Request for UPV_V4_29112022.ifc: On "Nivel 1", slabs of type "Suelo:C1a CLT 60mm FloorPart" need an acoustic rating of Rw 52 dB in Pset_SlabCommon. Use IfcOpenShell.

First a look at what the model holds.

```python
import ifcopenshell
import ifcopenshell.util.element

model = ifcopenshell.open("UPV_V4_29112022.ifc")
print(model.schema)
storey = next(s for s in model.by_type("IfcBuildingStorey") if s.Name == "Nivel 1")
slabs = [e for e in ifcopenshell.util.element.get_decomposition(storey) if e.is_a("IfcSlab")]
seen = {}
for e in slabs:
    element_type = ifcopenshell.util.element.get_type(e)
    key = (element_type.Name if element_type != e and element_type else None, ifcopenshell.util.element.get_pset(e, "Pset_SlabCommon", "AcousticRating"))
    seen[key] = seen.get(key, 0) + 1
for (name, value), count in sorted(seen.items(), key=str):
    print(count, "x", name, "|", value)
```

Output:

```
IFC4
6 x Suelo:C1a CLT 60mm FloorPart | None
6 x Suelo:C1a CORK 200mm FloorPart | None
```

```python
import ifcopenshell
import ifcopenshell.api.pset
import ifcopenshell.util.element

model = ifcopenshell.open("UPV_V4_29112022.ifc")

storey = next(s for s in model.by_type("IfcBuildingStorey") if s.Name == "Nivel 1")
slabs = [e for e in ifcopenshell.util.element.get_decomposition(storey) if e.is_a("IfcSlab")]

count = 0
for e in slabs:
    element_type = ifcopenshell.util.element.get_type(e)
    if element_type in (None, e) or element_type.Name != "Suelo:C1a CLT 60mm FloorPart":
        continue
    # add_pset returns the element's existing set when there is one.
    pset = ifcopenshell.api.pset.add_pset(model, product=e, name="Pset_SlabCommon")
    ifcopenshell.api.pset.edit_pset(model, pset=pset, properties={"AcousticRating": "Rw 52 dB"})
    count += 1

print(count, "slabs updated")

model.write("UPV_V4_29112022-out.ifc")
```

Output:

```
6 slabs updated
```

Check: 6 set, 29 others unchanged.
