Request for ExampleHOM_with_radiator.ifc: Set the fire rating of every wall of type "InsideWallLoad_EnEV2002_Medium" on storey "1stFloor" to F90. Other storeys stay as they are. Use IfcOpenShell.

First a look at what the model holds.

```python
import ifcopenshell
import ifcopenshell.util.element

model = ifcopenshell.open("ExampleHOM_with_radiator.ifc")
print(model.schema)
storey = next(s for s in model.by_type("IfcBuildingStorey") if s.Name == "1stFloor")
walls = [e for e in ifcopenshell.util.element.get_decomposition(storey) if e.is_a("IfcWall")]
seen = {}
for e in walls:
    element_type = ifcopenshell.util.element.get_type(e)
    key = (element_type.Name if element_type != e and element_type else None, ifcopenshell.util.element.get_pset(e, "Pset_WallCommon", "FireRating"))
    seen[key] = seen.get(key, 0) + 1
for (name, value), count in sorted(seen.items(), key=str):
    print(count, "x", name, "|", value)
```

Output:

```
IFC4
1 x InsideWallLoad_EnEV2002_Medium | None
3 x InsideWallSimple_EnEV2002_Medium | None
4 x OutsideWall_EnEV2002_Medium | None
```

```python
import ifcopenshell
import ifcopenshell.api.pset
import ifcopenshell.util.element

model = ifcopenshell.open("ExampleHOM_with_radiator.ifc")

storey = next(s for s in model.by_type("IfcBuildingStorey") if s.Name == "1stFloor")
walls = [e for e in ifcopenshell.util.element.get_decomposition(storey) if e.is_a("IfcWall")]

count = 0
for e in walls:
    element_type = ifcopenshell.util.element.get_type(e)
    if element_type in (None, e) or element_type.Name != "InsideWallLoad_EnEV2002_Medium":
        continue
    # add_pset returns the element's existing set when there is one.
    pset = ifcopenshell.api.pset.add_pset(model, product=e, name="Pset_WallCommon")
    ifcopenshell.api.pset.edit_pset(model, pset=pset, properties={"FireRating": "F90"})
    count += 1

print(count, "walls updated")

model.write("ExampleHOM_with_radiator_v2.ifc")
```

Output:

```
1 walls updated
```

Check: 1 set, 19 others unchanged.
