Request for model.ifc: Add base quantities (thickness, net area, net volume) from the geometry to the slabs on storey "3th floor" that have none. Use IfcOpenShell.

First a look at what the model holds.

```python
import ifcopenshell
import ifcopenshell.util.element
import ifcopenshell.util.unit

model = ifcopenshell.open("model.ifc")
print(model.schema)
for unit_type in ("LENGTHUNIT", "AREAUNIT", "VOLUMEUNIT"):
    print(unit_type, ifcopenshell.util.unit.calculate_unit_scale(model, unit_type))
storey = next(s for s in model.by_type("IfcBuildingStorey") if s.Name == "3th floor")
slabs = [e for e in ifcopenshell.util.element.get_decomposition(storey) if e.is_a("IfcSlab")]
for e in sorted(slabs, key=lambda e: e.id()):
    print(e.id(), e.is_a(), e.Name, list(ifcopenshell.util.element.get_psets(e, qtos_only=True)), sep=" | ")
```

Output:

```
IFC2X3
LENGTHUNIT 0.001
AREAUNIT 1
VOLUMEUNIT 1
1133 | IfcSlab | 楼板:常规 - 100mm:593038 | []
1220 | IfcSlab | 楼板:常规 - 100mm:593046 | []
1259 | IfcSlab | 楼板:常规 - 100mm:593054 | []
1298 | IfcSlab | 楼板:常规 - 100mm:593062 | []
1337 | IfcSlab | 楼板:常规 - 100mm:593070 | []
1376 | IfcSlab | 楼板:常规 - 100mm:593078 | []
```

```python
import ifcopenshell
import ifcopenshell.api.pset
import ifcopenshell.geom
import ifcopenshell.util.element
import ifcopenshell.util.shape
import ifcopenshell.util.unit

model = ifcopenshell.open("model.ifc")
unit_scale = ifcopenshell.util.unit.calculate_unit_scale(model)
area_scale = ifcopenshell.util.unit.calculate_unit_scale(model, "AREAUNIT")
volume_scale = ifcopenshell.util.unit.calculate_unit_scale(model, "VOLUMEUNIT")
settings = ifcopenshell.geom.settings()

storey = next(s for s in model.by_type("IfcBuildingStorey") if s.Name == "3th floor")
slabs = [e for e in ifcopenshell.util.element.get_decomposition(storey) if e.is_a("IfcSlab")]

for e in sorted(slabs, key=lambda e: e.id()):
    if ifcopenshell.util.element.get_psets(e, qtos_only=True, should_inherit=False):
        continue
    # Geometry comes back in metres, in the element's own axes.
    shape = ifcopenshell.geom.create_shape(settings, e)
    values = {
        "Width": ifcopenshell.util.shape.get_z(shape.geometry) / unit_scale,
        "NetArea": ifcopenshell.util.shape.get_footprint_area(shape.geometry) / area_scale,
        "NetVolume": ifcopenshell.util.shape.get_volume(shape.geometry) / volume_scale,
    }
    qto = ifcopenshell.api.pset.add_qto(model, product=e, name="BaseQuantities")
    ifcopenshell.api.pset.edit_qto(model, qto=qto, properties=values)
    print(e.id(), {k: round(v, 3) for k, v in values.items()})

model.write("model_updated.ifc")
```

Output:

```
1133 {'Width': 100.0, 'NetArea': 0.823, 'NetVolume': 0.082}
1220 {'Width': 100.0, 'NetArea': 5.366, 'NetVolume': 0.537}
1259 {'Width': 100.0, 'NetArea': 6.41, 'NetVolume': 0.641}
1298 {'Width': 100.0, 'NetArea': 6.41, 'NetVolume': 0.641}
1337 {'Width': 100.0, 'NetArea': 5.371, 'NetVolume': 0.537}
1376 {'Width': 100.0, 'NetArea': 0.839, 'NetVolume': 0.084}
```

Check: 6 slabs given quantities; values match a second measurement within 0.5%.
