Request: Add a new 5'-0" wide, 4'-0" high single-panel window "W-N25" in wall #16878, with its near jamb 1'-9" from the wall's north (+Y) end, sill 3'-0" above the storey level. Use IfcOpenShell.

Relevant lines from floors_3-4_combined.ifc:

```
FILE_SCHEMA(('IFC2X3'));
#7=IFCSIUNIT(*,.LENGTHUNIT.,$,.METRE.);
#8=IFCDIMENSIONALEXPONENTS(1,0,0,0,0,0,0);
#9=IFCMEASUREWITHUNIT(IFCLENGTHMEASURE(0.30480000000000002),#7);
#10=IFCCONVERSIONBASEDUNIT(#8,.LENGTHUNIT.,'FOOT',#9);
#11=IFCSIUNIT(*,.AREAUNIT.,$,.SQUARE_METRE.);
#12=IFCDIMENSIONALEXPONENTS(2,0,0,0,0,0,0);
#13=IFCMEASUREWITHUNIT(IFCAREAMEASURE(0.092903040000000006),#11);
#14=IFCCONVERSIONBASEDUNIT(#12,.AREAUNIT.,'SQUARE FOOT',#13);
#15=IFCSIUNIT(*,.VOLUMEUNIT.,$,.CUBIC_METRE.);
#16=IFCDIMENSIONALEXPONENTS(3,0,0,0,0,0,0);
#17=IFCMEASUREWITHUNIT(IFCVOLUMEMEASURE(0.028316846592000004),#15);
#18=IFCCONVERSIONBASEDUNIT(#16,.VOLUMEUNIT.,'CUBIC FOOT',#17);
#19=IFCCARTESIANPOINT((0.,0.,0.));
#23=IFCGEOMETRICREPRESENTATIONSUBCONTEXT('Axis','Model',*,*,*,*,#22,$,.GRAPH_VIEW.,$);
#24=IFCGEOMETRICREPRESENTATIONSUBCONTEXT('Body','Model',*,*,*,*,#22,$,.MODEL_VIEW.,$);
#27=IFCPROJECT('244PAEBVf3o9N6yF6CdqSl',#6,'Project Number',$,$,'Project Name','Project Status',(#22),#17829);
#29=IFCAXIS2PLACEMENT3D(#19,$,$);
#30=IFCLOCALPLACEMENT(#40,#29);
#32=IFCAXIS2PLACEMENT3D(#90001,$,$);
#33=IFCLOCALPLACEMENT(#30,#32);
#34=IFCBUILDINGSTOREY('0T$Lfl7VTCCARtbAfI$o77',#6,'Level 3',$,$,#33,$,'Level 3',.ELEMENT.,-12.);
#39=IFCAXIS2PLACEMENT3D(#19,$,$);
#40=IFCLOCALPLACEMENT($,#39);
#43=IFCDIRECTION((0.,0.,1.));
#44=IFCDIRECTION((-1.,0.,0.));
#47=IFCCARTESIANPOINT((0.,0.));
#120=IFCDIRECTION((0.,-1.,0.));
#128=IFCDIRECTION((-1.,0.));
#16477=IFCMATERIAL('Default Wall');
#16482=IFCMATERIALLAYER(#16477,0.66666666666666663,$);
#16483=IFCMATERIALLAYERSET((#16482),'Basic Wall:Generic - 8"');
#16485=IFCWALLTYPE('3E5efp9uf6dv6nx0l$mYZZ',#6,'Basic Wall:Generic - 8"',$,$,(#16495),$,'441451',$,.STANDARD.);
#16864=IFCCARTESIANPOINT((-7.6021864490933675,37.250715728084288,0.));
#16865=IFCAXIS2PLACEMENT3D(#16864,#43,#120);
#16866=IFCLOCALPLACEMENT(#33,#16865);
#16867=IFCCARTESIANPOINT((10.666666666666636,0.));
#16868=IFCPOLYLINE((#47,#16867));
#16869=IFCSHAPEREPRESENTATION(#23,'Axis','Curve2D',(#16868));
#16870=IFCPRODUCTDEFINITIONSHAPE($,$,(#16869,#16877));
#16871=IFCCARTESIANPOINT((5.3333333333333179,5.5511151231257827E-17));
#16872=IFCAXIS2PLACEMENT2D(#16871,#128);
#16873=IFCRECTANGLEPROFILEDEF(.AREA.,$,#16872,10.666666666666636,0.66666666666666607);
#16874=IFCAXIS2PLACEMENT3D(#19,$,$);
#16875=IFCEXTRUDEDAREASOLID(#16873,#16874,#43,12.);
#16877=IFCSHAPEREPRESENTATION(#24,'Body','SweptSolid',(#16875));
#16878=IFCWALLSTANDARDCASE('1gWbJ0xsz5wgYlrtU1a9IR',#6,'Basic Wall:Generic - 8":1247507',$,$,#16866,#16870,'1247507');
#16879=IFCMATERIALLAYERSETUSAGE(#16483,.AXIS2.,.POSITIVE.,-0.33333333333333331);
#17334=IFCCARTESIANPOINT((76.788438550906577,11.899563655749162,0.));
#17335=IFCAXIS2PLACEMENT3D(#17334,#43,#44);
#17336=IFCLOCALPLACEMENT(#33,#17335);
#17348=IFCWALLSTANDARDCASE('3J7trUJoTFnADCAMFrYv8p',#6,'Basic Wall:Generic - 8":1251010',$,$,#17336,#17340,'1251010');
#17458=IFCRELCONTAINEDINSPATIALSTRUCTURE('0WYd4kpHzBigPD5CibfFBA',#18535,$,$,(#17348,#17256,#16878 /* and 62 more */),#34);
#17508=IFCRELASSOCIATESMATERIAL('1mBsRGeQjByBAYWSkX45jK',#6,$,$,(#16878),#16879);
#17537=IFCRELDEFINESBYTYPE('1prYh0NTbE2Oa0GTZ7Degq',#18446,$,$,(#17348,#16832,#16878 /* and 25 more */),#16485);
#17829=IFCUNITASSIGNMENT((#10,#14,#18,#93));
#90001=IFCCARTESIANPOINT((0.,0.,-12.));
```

```python
import numpy as np
import ifcopenshell
import ifcopenshell.api.feature
import ifcopenshell.api.geometry
import ifcopenshell.api.root
import ifcopenshell.api.spatial
import ifcopenshell.api.type
import ifcopenshell.geom
import ifcopenshell.util.element
import ifcopenshell.util.placement
import ifcopenshell.util.representation
import ifcopenshell.util.shape
import ifcopenshell.util.unit

model = ifcopenshell.open("floors_3-4_combined.ifc")
unit_scale = ifcopenshell.util.unit.calculate_unit_scale(model)
settings = ifcopenshell.geom.settings()


def volume(element):
    """Net volume in cubic metres, openings subtracted."""
    shape = ifcopenshell.geom.create_shape(settings, element)
    return ifcopenshell.util.shape.get_volume(shape.geometry)


wall = model.by_id(16878)
storey = ifcopenshell.util.element.get_container(wall, ifc_class="IfcBuildingStorey")
context = ifcopenshell.util.representation.get_context(model, "Model", "Body", "MODEL_VIEW")
before = volume(wall)

width, height, from_end, sill = 1.524, 1.2192, 0.5334, 0.9144  # metres

# The wall runs along its own X axis, and the end named is its -X end.
wall_shape = ifcopenshell.geom.create_shape(settings, wall)
x, y, z = ifcopenshell.util.shape.get_vertices(wall_shape.geometry).T
start = x.min() + from_end
face, thickness = float(y.min()), float(y.max() - y.min())
wall_matrix = ifcopenshell.util.placement.get_local_placement(wall.ObjectPlacement)
level = ifcopenshell.util.placement.get_local_placement(storey.ObjectPlacement)[2, 3]


def in_wall(x, y):
    """Placement at x, y metres in the wall's axes, at sill height."""
    matrix = wall_matrix.copy()
    matrix[:, 3] = wall_matrix @ np.array([x / unit_scale, y / unit_scale, 0.0, 1.0])
    matrix[2, 3] = level + sill / unit_scale
    return matrix


# Opening: a box that overshoots both wall faces by 50 mm.
opening = ifcopenshell.api.root.create_entity(model, ifc_class="IfcOpeningElement")
box = ifcopenshell.api.geometry.add_wall_representation(
    model, context=context, length=width, height=height, thickness=thickness + 0.1
)
ifcopenshell.api.geometry.assign_representation(model, product=opening, representation=box)
ifcopenshell.api.geometry.edit_object_placement(model, product=opening, matrix=in_wall(start, face - 0.05), is_si=False)
ifcopenshell.api.feature.add_feature(model, feature=opening, element=wall)

window = ifcopenshell.api.root.create_entity(model, ifc_class="IfcWindow", name="W-N25")
window.OverallWidth, window.OverallHeight = width / unit_scale, height / unit_scale
body = ifcopenshell.api.geometry.add_window_representation(
    model,
    context=context,
    overall_width=window.OverallWidth,
    overall_height=window.OverallHeight,
    partition_type="SINGLE_PANEL",
)
ifcopenshell.api.geometry.assign_representation(model, product=window, representation=body)
ifcopenshell.api.spatial.assign_container(model, products=[window], relating_structure=storey)
fills = ifcopenshell.api.feature.add_filling(model, opening=opening, element=window)
fills.OwnerHistory = window.OwnerHistory  # required in IFC2X3

# IFC2X3 keeps the operation on the window style.
style = ifcopenshell.api.root.create_entity(model, ifc_class="IfcWindowStyle", name="W-N25")
style.OperationType, style.ConstructionType = "SINGLE_PANEL", "NOTDEFINED"
style.ParameterTakesPrecedence = style.Sizeable = False
ifcopenshell.api.type.assign_type(model, related_objects=[window], relating_type=style)

# Centre the window in the wall's thickness.
ifcopenshell.api.geometry.edit_object_placement(model, product=window, matrix=in_wall(start, face), is_si=False)
window_shape = ifcopenshell.geom.create_shape(settings, window)
depth = ifcopenshell.util.shape.get_vertices(window_shape.geometry)[:, 1]
offset = face + thickness / 2 - (depth.min() + depth.max()) / 2
ifcopenshell.api.geometry.edit_object_placement(model, product=window, matrix=in_wall(start, offset), is_si=False)

after = volume(wall)

print(f"wall volume {before:.3f} -> {after:.3f} m3")

model.write("floors_3-4_combined_updated.ifc")
```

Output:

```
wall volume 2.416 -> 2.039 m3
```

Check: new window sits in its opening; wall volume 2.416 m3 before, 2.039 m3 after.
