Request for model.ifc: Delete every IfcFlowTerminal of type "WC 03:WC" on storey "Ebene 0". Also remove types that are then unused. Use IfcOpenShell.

First a look at what the model holds.

```python
import ifcopenshell
import ifcopenshell.util.element

model = ifcopenshell.open("model.ifc")
print(model.schema)
storey = next(s for s in model.by_type("IfcBuildingStorey") if s.Name == "Ebene 0")
terminals = [e for e in ifcopenshell.util.element.get_decomposition(storey) if e.is_a("IfcFlowTerminal")]
seen = {}
for e in terminals:
    element_type = ifcopenshell.util.element.get_type(e)
    name = element_type.Name if element_type not in (None, e) else None
    seen[name] = seen.get(name, 0) + 1
for name, count in sorted(seen.items(), key=str):
    print(count, "x", name)
```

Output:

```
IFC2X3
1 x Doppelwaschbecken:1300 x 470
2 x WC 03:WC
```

```python
import ifcopenshell
import ifcopenshell.api.root
import ifcopenshell.util.element

model = ifcopenshell.open("model.ifc")

storey = next(s for s in model.by_type("IfcBuildingStorey") if s.Name == "Ebene 0")
terminals = [e for e in ifcopenshell.util.element.get_decomposition(storey) if e.is_a("IfcFlowTerminal")]
targets = [e for e in terminals if (t := ifcopenshell.util.element.get_type(e)) not in (None, e) and t.Name == "WC 03:WC"]
types = {ifcopenshell.util.element.get_type(e) for e in targets} - {None, *targets}

for e in targets:
    ifcopenshell.api.root.remove_product(model, product=e)
print(len(targets), "removed")

unused = [t for t in types if not ifcopenshell.util.element.get_types(t)]
for t in unused:
    ifcopenshell.api.root.remove_product(model, product=t)
print(len(unused), "unused types removed")

model.write("model_v2.ifc")
```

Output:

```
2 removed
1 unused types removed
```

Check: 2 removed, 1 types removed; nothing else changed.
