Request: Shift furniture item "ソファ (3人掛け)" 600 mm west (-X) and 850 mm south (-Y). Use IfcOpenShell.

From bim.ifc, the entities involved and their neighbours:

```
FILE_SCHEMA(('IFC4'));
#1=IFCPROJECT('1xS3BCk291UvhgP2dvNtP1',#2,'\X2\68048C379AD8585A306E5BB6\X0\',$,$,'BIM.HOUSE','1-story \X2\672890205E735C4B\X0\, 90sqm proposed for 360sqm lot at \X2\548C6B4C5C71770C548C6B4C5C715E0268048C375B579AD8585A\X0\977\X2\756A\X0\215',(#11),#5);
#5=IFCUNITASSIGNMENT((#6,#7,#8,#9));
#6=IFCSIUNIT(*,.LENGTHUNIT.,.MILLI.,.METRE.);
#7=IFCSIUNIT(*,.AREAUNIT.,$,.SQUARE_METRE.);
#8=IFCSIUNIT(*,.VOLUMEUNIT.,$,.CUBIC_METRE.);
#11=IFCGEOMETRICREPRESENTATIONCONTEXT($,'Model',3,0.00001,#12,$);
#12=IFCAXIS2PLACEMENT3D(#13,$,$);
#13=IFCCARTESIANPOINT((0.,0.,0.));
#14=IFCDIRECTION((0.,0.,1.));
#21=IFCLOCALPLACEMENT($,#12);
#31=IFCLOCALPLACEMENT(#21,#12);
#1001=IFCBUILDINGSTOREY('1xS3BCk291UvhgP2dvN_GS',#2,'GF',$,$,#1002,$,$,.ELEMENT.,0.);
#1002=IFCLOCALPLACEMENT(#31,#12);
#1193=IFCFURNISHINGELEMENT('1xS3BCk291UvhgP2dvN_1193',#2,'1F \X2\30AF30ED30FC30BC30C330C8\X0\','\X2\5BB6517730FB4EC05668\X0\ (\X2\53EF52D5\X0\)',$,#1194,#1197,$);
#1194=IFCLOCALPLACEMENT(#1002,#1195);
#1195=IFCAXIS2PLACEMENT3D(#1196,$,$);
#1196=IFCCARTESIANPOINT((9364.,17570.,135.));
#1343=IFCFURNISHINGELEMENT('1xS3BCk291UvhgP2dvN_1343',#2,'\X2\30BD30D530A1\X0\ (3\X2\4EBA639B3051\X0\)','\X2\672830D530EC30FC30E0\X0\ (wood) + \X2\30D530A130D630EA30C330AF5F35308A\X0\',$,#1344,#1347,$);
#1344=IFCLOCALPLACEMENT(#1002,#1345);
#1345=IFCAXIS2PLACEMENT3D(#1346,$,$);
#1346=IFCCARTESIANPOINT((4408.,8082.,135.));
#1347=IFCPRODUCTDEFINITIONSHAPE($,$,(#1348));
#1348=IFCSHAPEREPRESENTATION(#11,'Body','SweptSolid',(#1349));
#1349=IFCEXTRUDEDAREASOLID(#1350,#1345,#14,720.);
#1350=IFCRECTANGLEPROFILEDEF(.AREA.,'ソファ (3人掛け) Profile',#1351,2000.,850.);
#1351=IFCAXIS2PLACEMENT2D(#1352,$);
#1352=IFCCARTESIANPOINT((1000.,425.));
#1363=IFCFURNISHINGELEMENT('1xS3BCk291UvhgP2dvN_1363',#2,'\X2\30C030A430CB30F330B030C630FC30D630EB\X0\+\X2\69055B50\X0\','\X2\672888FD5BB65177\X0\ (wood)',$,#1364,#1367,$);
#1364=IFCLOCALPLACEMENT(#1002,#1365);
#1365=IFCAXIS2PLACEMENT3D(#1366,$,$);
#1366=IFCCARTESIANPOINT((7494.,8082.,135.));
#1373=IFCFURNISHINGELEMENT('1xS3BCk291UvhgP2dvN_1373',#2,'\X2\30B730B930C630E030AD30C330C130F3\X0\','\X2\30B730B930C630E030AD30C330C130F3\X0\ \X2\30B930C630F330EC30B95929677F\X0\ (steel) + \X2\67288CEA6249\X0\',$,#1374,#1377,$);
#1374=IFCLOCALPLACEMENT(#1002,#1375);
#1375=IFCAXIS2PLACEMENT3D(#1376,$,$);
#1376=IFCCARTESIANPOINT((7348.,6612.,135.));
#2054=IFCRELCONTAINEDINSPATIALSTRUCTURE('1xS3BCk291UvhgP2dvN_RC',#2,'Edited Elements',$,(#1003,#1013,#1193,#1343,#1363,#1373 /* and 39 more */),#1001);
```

```python
import ifcopenshell
import ifcopenshell.api.geometry
import ifcopenshell.util.placement
import ifcopenshell.util.unit

model = ifcopenshell.open("bim.ifc")
unit_scale = ifcopenshell.util.unit.calculate_unit_scale(model)

item = model.by_id(1343)
matrix = ifcopenshell.util.placement.get_local_placement(item.ObjectPlacement)
matrix[0, 3] -= 0.6 / unit_scale
matrix[1, 3] -= 0.85 / unit_scale
ifcopenshell.api.geometry.edit_object_placement(model, product=item, matrix=matrix, is_si=False)

print(ifcopenshell.util.placement.get_local_placement(item.ObjectPlacement).round(3) + 0.0)

model.write("bim_rev.ifc")
```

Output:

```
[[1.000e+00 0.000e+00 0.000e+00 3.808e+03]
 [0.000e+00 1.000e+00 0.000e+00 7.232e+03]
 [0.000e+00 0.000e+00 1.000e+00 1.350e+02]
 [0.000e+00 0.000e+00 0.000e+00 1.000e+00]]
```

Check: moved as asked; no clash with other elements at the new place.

What you have to do —
Using the listing above, gather each line that holds the string "more" and copy it.

Answer to this task —
#17458=IFCRELCONTAINEDINSPATIALSTRUCTURE('0WYd4kpHzBigPD5CibfFBA',#18535,$,$,(#17348,#17256,#16878 /* and 62 more */),#34);
#17537=IFCRELDEFINESBYTYPE('1prYh0NTbE2Oa0GTZ7Degq',#18446,$,$,(#17348,#16832,#16878 /* and 25 more */),#16485);
#2054=IFCRELCONTAINEDINSPATIALSTRUCTURE('1xS3BCk291UvhgP2dvN_RC',#2,'Edited Elements',$,(#1003,#1013,#1193,#1343,#1363,#1373 /* and 39 more */),#1001);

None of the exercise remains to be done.